The Nash Ensemble Sparkle in Spohr and Mendelssohn

United KingdomUnited Kingdom Spohr, Mendelssohn: Nash Ensemble. Wigmore Hall, London, 10.3.2019. (CC)

Spohr  – Nonet in F Op.31
Mendelssohn – Piano Trio No.2 in C minor Op.66

The Nash Ensemble’s recording of Spohr’s Octet and Nonet on a CRD gatefold LP was part of my teenage listening (see Glyn Pursglove’s Musicweb International review of the compact disc reissue here). How wonderful it was to hear this very group in the Nonet (different players of course) coupled with some miraculous Mendelssohn as part of the Nash Ensemble’s ‘German Romantics’ series at Wigmore Hall in its 2018/19 season.

Spohr’s music is ever congenial and, in a performance such as this, fresh. Stephanie Gonley’s warm-toned violin began the first movement, which blossomed into perfect Sunday morning music. The pairing of Gonley with violist Lawrence Power worked particularly well as Spohr offers the two instruments their own moments in the spotlight. Wind solos were remarkable, perhaps most notably from Ursula Leveaux on bassoon and Richard Hosford on clarinet. The Nonet places the Scherzo second, a restrained, veiled thing at first, not an atmosphere destined to last. And indeed, upward scales act like a cleansing agent so that the woodwind can pipe happily. Stephanie Gonley’s virtuosity was again showcased in the Trio, with its delicious hints of Ländler. The slow movement, an Adagio, finds Spohr writing first for strings then for wind, pitting them against each other like two different organ stops; both panels were exquisitely balanced. Subsequent flute and clarinet exchanges were glorious; watching the players and their sense of rapt communication along with their frequent glances at each other underlined the sense of deep chamber music here. Of particular note was Gareth Hulse’s golden-toned oboe. The finale finds Spohr happily playing with a simple idea (an ascending scale) whose gold lies in the arabesque ‘tail’ of the motif. Wit surfaced again here with the string/wind alternation later in the movement where before there had been only strings and silence. The players clearly had fun; so did we.

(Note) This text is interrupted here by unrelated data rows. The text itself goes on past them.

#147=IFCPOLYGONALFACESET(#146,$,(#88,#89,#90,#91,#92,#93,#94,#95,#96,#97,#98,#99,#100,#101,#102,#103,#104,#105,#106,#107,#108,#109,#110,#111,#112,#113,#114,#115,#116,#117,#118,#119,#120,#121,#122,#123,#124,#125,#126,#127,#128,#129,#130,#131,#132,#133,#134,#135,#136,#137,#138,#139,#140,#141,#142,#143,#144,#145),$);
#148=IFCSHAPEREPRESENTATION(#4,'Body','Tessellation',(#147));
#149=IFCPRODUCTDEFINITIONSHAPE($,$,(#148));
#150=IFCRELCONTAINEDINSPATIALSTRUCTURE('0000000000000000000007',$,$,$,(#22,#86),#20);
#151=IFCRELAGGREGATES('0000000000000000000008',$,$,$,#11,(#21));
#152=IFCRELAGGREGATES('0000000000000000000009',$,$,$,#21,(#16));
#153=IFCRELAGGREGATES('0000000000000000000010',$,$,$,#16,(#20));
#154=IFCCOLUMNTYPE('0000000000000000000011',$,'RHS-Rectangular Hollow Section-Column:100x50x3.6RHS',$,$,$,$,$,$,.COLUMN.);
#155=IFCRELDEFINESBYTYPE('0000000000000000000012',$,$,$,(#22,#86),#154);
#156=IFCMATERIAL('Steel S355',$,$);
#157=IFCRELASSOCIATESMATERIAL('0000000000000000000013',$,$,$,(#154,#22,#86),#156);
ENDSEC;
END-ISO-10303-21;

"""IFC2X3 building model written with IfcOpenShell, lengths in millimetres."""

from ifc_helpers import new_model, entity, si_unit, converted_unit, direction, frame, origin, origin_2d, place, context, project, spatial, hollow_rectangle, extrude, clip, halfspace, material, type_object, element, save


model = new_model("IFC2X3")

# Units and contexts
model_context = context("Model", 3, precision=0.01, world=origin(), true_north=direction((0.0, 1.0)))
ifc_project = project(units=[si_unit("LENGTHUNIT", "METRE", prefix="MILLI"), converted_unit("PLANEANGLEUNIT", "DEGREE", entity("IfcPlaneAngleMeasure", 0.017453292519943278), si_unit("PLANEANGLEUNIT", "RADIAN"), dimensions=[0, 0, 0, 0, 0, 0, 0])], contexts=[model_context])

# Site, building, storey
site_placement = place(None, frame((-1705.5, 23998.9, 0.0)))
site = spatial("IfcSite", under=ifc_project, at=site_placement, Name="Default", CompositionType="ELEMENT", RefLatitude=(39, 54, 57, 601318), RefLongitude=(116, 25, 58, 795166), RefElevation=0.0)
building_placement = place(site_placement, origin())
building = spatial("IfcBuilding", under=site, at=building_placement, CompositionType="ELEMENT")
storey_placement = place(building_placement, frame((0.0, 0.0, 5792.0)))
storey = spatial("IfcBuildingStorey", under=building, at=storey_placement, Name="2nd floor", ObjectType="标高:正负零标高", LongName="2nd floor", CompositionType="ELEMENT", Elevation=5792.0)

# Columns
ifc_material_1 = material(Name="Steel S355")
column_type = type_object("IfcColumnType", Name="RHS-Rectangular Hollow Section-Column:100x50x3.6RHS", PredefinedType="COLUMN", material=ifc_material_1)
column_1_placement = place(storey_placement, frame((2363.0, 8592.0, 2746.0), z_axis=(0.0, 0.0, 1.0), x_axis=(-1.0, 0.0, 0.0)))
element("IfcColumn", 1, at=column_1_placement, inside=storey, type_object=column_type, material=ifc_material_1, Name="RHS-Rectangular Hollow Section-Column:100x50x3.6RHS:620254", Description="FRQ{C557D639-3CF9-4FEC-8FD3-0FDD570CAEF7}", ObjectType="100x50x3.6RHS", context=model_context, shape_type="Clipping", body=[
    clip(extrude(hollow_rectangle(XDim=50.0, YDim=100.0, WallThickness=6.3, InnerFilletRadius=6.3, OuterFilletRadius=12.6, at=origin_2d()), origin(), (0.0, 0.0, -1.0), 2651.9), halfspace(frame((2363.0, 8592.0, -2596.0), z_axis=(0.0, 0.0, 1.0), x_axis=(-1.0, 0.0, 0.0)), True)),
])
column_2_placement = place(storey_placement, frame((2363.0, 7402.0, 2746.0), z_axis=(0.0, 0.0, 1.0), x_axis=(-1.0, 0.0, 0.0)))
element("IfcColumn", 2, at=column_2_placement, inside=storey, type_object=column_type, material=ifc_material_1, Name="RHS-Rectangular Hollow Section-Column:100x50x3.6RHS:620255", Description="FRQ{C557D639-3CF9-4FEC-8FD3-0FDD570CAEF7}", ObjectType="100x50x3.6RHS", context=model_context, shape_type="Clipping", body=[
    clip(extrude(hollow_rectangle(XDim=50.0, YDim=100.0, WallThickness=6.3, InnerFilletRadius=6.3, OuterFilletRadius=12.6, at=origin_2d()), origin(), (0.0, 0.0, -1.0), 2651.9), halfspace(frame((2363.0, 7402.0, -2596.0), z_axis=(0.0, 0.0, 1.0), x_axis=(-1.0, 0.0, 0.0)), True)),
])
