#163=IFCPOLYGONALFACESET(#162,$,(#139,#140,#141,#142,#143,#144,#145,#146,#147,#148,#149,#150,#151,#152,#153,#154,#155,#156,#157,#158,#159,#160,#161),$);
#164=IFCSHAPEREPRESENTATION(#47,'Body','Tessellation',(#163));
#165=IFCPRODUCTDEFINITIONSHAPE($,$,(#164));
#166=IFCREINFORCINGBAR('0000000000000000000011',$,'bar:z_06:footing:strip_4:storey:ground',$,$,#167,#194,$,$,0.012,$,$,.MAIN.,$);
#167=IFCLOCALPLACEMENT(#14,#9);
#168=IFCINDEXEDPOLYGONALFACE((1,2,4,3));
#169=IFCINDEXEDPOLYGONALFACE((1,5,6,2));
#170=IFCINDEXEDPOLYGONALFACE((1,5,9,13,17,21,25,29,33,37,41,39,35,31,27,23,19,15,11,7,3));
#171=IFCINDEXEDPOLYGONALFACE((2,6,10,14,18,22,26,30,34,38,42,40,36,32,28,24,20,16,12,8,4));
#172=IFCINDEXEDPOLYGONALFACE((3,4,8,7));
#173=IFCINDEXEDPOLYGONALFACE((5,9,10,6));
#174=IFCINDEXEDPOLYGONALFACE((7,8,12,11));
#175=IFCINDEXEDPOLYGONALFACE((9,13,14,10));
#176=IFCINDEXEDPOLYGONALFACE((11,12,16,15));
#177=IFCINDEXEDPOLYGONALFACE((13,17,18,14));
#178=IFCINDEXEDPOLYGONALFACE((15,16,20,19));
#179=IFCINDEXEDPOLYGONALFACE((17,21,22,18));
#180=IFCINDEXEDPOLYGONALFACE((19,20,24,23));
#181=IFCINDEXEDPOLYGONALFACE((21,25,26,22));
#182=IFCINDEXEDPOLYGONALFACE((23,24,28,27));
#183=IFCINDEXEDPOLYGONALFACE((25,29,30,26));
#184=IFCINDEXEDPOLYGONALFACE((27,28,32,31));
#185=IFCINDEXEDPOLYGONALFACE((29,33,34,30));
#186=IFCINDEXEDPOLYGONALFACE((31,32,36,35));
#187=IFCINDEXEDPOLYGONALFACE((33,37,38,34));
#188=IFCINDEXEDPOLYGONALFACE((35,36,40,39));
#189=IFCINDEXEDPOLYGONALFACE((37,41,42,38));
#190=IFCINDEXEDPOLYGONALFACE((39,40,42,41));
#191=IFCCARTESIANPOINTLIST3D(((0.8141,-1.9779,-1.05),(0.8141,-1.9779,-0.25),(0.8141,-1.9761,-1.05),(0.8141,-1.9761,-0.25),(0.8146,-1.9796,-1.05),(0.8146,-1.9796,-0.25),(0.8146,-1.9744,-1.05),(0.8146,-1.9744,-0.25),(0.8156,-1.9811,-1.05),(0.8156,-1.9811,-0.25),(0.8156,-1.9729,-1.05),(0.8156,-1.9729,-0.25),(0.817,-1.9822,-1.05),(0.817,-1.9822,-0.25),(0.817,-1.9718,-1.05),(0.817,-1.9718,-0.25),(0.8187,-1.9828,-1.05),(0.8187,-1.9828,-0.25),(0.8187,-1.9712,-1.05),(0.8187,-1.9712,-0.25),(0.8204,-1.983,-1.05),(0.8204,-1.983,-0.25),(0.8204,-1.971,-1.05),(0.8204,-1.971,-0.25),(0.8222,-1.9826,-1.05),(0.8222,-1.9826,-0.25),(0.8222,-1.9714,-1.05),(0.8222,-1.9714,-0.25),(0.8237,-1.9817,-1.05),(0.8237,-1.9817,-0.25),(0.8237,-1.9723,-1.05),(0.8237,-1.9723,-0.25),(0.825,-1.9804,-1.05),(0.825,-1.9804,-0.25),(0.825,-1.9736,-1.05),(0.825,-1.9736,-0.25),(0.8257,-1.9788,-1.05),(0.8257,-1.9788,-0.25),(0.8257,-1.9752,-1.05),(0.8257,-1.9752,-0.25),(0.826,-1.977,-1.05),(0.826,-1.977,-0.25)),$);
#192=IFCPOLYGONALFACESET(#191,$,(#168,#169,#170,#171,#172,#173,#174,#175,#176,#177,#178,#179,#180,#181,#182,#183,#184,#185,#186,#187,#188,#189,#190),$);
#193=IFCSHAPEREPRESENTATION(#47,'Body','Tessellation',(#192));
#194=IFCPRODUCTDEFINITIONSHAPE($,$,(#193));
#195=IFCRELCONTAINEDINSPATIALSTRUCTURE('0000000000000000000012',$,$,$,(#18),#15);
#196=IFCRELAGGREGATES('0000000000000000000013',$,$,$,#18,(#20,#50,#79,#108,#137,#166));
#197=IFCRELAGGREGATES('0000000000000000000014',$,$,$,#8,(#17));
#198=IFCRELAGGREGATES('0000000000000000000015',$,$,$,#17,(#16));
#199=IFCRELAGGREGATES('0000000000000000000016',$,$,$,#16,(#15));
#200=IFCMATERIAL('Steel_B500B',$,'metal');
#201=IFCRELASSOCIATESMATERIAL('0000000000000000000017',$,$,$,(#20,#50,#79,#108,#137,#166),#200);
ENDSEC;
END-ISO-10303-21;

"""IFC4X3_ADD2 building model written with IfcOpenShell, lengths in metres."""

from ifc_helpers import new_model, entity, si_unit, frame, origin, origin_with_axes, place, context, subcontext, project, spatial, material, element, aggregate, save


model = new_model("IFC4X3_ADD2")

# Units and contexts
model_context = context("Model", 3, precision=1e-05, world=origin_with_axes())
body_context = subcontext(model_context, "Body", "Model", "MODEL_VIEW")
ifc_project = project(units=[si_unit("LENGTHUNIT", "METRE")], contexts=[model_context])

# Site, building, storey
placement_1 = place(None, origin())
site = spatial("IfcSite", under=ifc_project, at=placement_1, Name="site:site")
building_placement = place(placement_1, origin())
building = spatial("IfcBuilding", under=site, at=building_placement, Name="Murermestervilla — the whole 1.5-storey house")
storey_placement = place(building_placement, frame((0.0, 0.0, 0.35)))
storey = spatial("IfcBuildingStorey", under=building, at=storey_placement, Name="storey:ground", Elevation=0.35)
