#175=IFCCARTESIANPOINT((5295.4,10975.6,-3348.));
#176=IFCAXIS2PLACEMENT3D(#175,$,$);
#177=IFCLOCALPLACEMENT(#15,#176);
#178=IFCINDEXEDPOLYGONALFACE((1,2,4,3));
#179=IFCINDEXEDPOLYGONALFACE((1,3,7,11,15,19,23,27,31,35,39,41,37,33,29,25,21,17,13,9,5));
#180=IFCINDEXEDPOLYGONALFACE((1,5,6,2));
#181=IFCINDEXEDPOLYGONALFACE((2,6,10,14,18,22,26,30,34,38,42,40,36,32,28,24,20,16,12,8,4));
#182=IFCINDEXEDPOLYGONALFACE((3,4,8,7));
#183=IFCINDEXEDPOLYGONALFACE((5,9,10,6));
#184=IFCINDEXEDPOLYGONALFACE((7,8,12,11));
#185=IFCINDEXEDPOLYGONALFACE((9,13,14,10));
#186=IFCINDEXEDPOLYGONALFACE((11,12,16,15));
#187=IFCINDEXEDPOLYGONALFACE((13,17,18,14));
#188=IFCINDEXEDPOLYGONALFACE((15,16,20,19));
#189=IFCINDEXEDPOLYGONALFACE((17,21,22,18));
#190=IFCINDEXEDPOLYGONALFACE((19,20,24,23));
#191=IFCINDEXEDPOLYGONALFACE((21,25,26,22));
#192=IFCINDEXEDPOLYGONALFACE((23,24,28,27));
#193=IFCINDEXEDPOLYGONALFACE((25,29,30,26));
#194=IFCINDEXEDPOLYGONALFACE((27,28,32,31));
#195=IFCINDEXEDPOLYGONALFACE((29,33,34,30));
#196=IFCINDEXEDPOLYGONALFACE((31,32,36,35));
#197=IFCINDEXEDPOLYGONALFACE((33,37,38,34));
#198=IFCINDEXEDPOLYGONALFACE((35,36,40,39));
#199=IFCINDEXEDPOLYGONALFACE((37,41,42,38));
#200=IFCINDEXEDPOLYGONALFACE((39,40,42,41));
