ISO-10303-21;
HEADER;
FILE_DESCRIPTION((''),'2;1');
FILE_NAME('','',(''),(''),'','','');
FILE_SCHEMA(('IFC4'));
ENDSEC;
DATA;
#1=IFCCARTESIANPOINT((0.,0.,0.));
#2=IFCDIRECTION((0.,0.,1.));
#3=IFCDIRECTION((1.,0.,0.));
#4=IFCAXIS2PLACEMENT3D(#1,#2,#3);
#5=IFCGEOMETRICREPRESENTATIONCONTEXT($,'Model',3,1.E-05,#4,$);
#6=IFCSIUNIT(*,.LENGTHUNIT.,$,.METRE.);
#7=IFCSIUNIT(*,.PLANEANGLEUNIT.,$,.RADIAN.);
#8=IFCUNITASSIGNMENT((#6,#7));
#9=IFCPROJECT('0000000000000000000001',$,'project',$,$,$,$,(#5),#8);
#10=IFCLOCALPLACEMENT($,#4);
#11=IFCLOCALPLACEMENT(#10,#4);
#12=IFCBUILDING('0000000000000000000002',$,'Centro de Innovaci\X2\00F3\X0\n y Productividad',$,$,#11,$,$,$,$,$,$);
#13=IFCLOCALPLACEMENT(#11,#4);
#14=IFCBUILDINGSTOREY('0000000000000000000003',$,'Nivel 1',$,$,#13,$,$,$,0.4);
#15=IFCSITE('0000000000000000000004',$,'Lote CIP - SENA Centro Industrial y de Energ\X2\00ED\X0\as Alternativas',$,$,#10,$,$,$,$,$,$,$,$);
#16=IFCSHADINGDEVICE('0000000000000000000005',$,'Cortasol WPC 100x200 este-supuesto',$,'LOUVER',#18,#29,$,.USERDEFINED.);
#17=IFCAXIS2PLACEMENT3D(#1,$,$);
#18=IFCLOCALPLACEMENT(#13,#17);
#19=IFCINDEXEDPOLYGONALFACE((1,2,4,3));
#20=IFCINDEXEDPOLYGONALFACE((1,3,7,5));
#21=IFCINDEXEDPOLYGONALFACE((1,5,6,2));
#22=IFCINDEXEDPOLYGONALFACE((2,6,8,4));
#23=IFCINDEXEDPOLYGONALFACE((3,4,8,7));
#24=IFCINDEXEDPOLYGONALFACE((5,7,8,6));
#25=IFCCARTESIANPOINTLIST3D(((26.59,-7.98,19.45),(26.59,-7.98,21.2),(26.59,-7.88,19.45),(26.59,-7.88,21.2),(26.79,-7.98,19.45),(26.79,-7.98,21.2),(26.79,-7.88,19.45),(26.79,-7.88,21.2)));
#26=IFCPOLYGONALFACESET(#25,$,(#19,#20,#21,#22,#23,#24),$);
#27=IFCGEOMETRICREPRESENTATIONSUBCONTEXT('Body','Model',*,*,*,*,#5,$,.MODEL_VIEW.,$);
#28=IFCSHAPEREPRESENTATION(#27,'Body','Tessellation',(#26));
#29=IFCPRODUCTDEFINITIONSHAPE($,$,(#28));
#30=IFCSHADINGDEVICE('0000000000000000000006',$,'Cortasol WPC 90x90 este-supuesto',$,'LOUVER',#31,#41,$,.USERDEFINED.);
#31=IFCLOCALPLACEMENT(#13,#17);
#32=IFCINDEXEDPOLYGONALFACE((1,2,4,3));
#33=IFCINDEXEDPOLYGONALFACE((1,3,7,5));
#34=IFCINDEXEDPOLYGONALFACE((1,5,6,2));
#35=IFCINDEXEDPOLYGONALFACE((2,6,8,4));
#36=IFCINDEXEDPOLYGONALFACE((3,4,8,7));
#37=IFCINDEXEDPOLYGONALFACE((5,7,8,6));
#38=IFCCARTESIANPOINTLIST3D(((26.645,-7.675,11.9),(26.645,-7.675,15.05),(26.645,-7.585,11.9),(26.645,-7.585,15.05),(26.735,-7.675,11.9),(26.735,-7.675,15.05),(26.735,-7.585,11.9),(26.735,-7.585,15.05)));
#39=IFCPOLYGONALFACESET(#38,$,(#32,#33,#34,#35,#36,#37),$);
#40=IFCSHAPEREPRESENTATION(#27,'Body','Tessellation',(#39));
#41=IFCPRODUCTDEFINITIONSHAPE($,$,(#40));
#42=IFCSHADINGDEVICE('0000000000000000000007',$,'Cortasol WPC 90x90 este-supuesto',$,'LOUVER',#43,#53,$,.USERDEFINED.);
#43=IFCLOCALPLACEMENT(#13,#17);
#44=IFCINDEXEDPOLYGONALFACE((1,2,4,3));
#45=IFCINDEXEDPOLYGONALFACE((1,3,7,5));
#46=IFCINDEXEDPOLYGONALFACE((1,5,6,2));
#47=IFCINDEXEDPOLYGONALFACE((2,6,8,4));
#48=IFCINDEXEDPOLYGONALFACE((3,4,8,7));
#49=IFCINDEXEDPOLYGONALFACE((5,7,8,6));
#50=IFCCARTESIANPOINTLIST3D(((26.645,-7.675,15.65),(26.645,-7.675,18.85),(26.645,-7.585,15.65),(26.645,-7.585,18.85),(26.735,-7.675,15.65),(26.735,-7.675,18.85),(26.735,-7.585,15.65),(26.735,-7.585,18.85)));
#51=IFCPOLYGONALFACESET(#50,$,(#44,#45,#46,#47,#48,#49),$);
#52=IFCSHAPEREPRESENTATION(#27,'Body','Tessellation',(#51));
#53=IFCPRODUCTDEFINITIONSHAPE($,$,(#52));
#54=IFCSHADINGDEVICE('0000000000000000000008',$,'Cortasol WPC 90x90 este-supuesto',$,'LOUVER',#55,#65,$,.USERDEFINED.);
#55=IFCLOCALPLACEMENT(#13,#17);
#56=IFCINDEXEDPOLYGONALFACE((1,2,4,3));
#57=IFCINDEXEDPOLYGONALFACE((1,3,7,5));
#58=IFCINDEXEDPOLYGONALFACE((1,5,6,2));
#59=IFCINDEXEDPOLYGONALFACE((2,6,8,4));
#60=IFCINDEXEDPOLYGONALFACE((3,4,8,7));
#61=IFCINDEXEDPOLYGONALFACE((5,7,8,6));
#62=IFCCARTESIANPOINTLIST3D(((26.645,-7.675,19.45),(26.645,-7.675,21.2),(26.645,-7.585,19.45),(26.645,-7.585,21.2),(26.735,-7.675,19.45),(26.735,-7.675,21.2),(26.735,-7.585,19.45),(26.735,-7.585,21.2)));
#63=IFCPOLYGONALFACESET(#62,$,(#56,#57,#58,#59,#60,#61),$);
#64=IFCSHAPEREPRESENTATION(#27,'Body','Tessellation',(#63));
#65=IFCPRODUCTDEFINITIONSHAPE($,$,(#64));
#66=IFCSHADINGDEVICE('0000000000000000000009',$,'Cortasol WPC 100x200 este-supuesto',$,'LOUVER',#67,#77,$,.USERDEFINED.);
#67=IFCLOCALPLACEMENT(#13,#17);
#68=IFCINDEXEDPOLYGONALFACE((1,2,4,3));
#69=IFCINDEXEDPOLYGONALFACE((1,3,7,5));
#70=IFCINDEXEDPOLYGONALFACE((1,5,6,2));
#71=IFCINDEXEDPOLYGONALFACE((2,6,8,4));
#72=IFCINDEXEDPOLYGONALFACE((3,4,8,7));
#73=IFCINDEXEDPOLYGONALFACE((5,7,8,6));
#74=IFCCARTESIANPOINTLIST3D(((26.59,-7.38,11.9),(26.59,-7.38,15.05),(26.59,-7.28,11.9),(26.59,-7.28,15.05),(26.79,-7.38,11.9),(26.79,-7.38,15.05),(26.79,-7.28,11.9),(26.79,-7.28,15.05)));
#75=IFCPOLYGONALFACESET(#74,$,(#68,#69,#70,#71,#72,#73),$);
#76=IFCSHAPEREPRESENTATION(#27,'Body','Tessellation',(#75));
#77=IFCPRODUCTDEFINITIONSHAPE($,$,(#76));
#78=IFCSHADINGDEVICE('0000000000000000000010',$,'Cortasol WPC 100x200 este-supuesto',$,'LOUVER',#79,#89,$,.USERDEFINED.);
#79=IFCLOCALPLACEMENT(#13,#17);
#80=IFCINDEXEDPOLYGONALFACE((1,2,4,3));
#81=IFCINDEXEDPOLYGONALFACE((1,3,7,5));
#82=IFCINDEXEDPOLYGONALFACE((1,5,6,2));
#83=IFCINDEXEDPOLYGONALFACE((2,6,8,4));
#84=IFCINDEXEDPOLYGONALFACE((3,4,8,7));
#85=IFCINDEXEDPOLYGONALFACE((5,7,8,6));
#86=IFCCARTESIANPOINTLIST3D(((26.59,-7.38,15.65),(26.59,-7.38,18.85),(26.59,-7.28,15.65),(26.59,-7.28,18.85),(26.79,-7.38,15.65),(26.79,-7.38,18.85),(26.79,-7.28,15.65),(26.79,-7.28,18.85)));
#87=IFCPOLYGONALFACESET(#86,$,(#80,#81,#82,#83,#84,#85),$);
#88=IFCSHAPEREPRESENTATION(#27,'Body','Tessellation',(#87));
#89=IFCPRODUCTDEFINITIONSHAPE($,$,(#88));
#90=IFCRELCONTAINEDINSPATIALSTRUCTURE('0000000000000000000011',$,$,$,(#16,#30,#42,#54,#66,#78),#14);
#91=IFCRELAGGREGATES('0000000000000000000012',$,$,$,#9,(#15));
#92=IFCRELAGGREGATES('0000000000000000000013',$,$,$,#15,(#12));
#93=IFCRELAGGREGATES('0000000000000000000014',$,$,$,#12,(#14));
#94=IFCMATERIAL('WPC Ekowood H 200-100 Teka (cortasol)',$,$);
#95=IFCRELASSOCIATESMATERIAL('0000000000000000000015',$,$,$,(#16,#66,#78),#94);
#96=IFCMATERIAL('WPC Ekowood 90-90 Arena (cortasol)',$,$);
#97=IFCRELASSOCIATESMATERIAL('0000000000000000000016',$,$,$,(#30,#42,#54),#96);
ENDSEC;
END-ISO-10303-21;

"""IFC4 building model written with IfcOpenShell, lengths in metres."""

from ifc_helpers import new_model, si_unit, frame, origin_with_axes, place, context, subcontext, project, spatial, polyline, outline, extrude, material, element, save


model = new_model("IFC4")

# Units and contexts
model_context = context("Model", 3, precision=1e-05, world=origin_with_axes())
body_context = subcontext(model_context, "Body", "Model", "MODEL_VIEW")
ifc_project = project(units=[si_unit("LENGTHUNIT", "METRE"), si_unit("PLANEANGLEUNIT", "RADIAN")], contexts=[model_context])

# Site, building, storey
site_placement = place(None, origin_with_axes())
site = spatial("IfcSite", under=ifc_project, at=site_placement, Name="Lote CIP - SENA Centro Industrial y de Energías Alternativas")
building_placement = place(site_placement, origin_with_axes())
building = spatial("IfcBuilding", under=site, at=building_placement, Name="Centro de Innovación y Productividad")
storey_placement = place(building_placement, origin_with_axes())
storey = spatial("IfcBuildingStorey", under=building, at=storey_placement, Name="Nivel 1", Elevation=0.4)

# Shading devices
ifc_material_1 = material(Name="WPC Ekowood 90-90 Arena (cortasol)")
ifc_material_2 = material(Name="WPC Ekowood H 200-100 Teka (cortasol)")
shading_device_1_placement = place(storey_placement, origin_with_axes())
element("IfcShadingDevice", 1, at=shading_device_1_placement, inside=storey, material=ifc_material_2, Name="Cortasol WPC 100x200 este-supuesto", ObjectType="LOUVER", PredefinedType="USERDEFINED", context=body_context, shape_type="SweptSolid", body=[
    extrude(outline(polyline([(26.79, -7.98), (26.59, -7.98), (26.59, -7.88), (26.79, -7.88), (26.79, -7.98)])), frame((0.0, 0.0, 19.45)), (0.0, 0.0, 1.0), 1.75),
])
shading_device_2_placement = place(storey_placement, origin_with_axes())
element("IfcShadingDevice", 2, at=shading_device_2_placement, inside=storey, material=ifc_material_1, Name="Cortasol WPC 90x90 este-supuesto", ObjectType="LOUVER", PredefinedType="USERDEFINED", context=body_context, shape_type="SweptSolid", body=[
    extrude(outline(polyline([(26.735, -7.675), (26.645, -7.675), (26.645, -7.585), (26.735, -7.585), (26.735, -7.675)])), frame((0.0, 0.0, 11.9)), (0.0, 0.0, 1.0), 3.15),
])
shading_device_3_placement = place(storey_placement, origin_with_axes())
element("IfcShadingDevice", 3, at=shading_device_3_placement, inside=storey, material=ifc_material_1, Name="Cortasol WPC 90x90 este-supuesto", ObjectType="LOUVER", PredefinedType="USERDEFINED", context=body_context, shape_type="SweptSolid", body=[
    extrude(outline(polyline([(26.735, -7.675), (26.645, -7.675), (26.645, -7.585), (26.735, -7.585), (26.735, -7.675)])), frame((0.0, 0.0, 15.65)), (0.0, 0.0, 1.0), 3.2),
])
shading_device_4_placement = place(storey_placement, origin_with_axes())
element("IfcShadingDevice", 4, at=shading_device_4_placement, inside=storey, material=ifc_material_1, Name="Cortasol WPC 90x90 este-supuesto", ObjectType="LOUVER", PredefinedType="USERDEFINED", context=body_context, shape_type="SweptSolid", body=[
    extrude(outline(polyline([(26.735, -7.675), (26.645, -7.675), (26.645, -7.585), (26.735, -7.585), (26.735, -7.675)])), frame((0.0, 0.0, 19.45)), (0.0, 0.0, 1.0), 1.75),
])
shading_device_5_placement = place(storey_placement, origin_with_axes())
element("IfcShadingDevice", 5, at=shading_device_5_placement, inside=storey, material=ifc_material_2, Name="Cortasol WPC 100x200 este-supuesto", ObjectType="LOUVER", PredefinedType="USERDEFINED", context=body_context, shape_type="SweptSolid", body=[
    extrude(outline(polyline([(26.79, -7.38), (26.59, -7.38), (26.59, -7.28), (26.79, -7.28), (26.79, -7.38)])), frame((0.0, 0.0, 11.9)), (0.0, 0.0, 1.0), 3.15),
])
shading_device_6_placement = place(storey_placement, origin_with_axes())
element("IfcShadingDevice", 6, at=shading_device_6_placement, inside=storey, material=ifc_material_2, Name="Cortasol WPC 100x200 este-supuesto", ObjectType="LOUVER", PredefinedType="USERDEFINED", context=body_context, shape_type="SweptSolid", body=[
    extrude(outline(polyline([(26.79, -7.38), (26.59, -7.38), (26.59, -7.28), (26.79, -7.28), (26.79, -7.38)])), frame((0.0, 0.0, 15.65)), (0.0, 0.0, 1.0), 3.2),
])

save(model, "model.ifc")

A quick, and well-managed, stage rearrangement (and a well-deserved smattering of applause for the Wigmore Hall staff) and Ian Brown, long-standing member of the Nash, entered along with Gonley and Adrian Brendel for Mendelssohn’s wonderful C minor Piano Trio. The opening, beautifully veiled but with very clear articulation from the strings, introduced Brown’s low-pedal approach, which paid off handsomely. A lovely moment too that cannot be rehearsed: just as Adrian Brendel embarked on a radiant cello melody, so the sun came out and parts of the hall were illuminated wondrously. The slow movement (second this time) began on piano like a reflective Lied ohne Worte, the violin and cello taking over the theme with the musical equivalent of a dignified bow to the pianist. Gonley’s and Brendel’s sounds meshed beautifully. It was left to the Scherzo to reinject momentum, and so it did with scamperings that properly mirrored the quasi presto part of the movement’s tempo indicator. Lots of the Mendelssohn of Midsummer Night’s Dream here (the incidental music to which was written a mere three years earlier). The finale was imbued the lilt of dance, but the close held much power. A superb performance; a superb concert.